§ **Task statement**
Among the records, find the lines that hold the string "assumption" and return them.

Data items:
------------------------------
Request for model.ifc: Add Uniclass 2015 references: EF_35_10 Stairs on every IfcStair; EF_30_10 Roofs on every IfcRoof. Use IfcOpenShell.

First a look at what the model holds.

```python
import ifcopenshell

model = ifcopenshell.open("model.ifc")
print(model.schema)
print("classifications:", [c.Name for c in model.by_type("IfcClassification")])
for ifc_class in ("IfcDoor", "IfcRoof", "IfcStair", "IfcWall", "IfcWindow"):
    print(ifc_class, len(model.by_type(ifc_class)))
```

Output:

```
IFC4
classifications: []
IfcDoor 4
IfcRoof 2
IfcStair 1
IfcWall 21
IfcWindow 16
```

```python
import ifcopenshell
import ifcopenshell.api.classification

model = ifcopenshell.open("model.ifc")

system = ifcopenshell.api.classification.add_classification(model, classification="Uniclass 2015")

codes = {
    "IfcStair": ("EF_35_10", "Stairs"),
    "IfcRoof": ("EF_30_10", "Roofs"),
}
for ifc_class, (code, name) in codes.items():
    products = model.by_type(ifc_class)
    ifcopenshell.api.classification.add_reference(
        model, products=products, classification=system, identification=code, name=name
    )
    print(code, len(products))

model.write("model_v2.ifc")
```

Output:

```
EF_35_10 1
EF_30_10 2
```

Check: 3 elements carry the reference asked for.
------------------------------
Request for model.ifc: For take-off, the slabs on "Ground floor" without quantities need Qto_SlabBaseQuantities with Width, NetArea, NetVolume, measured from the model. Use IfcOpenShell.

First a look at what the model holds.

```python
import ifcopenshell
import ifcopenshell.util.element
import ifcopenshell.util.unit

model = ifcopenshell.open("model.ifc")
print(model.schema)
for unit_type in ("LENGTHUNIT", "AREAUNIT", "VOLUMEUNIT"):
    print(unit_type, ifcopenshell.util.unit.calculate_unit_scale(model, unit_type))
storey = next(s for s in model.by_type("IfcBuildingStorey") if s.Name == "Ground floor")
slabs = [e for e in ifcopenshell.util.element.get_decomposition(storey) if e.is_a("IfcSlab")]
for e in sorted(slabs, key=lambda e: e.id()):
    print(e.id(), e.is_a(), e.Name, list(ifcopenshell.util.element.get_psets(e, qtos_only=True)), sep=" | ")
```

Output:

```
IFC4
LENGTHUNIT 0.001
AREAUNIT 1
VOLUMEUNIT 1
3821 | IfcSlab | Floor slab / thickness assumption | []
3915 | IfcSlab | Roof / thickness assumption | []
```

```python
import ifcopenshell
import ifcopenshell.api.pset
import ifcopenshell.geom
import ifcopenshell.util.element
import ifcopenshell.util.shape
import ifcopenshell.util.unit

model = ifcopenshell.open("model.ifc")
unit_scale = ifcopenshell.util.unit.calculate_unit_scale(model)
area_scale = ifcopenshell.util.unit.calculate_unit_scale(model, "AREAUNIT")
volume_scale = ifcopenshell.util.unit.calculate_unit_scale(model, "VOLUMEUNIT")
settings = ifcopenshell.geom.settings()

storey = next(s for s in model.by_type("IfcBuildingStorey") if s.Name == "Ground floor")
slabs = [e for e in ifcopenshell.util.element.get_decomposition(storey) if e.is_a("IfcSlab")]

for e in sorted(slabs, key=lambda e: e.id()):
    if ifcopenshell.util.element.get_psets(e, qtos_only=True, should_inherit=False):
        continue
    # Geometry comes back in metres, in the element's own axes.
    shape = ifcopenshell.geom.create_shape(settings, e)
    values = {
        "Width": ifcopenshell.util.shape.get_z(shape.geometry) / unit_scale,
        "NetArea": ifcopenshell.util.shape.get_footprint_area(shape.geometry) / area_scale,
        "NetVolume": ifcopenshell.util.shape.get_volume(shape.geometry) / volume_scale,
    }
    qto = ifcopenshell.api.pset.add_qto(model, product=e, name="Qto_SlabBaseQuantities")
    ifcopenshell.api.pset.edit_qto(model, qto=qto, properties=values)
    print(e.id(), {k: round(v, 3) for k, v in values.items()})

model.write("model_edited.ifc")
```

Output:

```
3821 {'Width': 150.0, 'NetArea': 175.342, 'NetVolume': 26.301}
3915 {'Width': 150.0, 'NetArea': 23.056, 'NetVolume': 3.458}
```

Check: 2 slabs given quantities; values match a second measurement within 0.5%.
------------------------------
§ **Response to this exercise**
3821 | IfcSlab | Floor slab / thickness assumption | []
3915 | IfcSlab | Roof / thickness assumption | []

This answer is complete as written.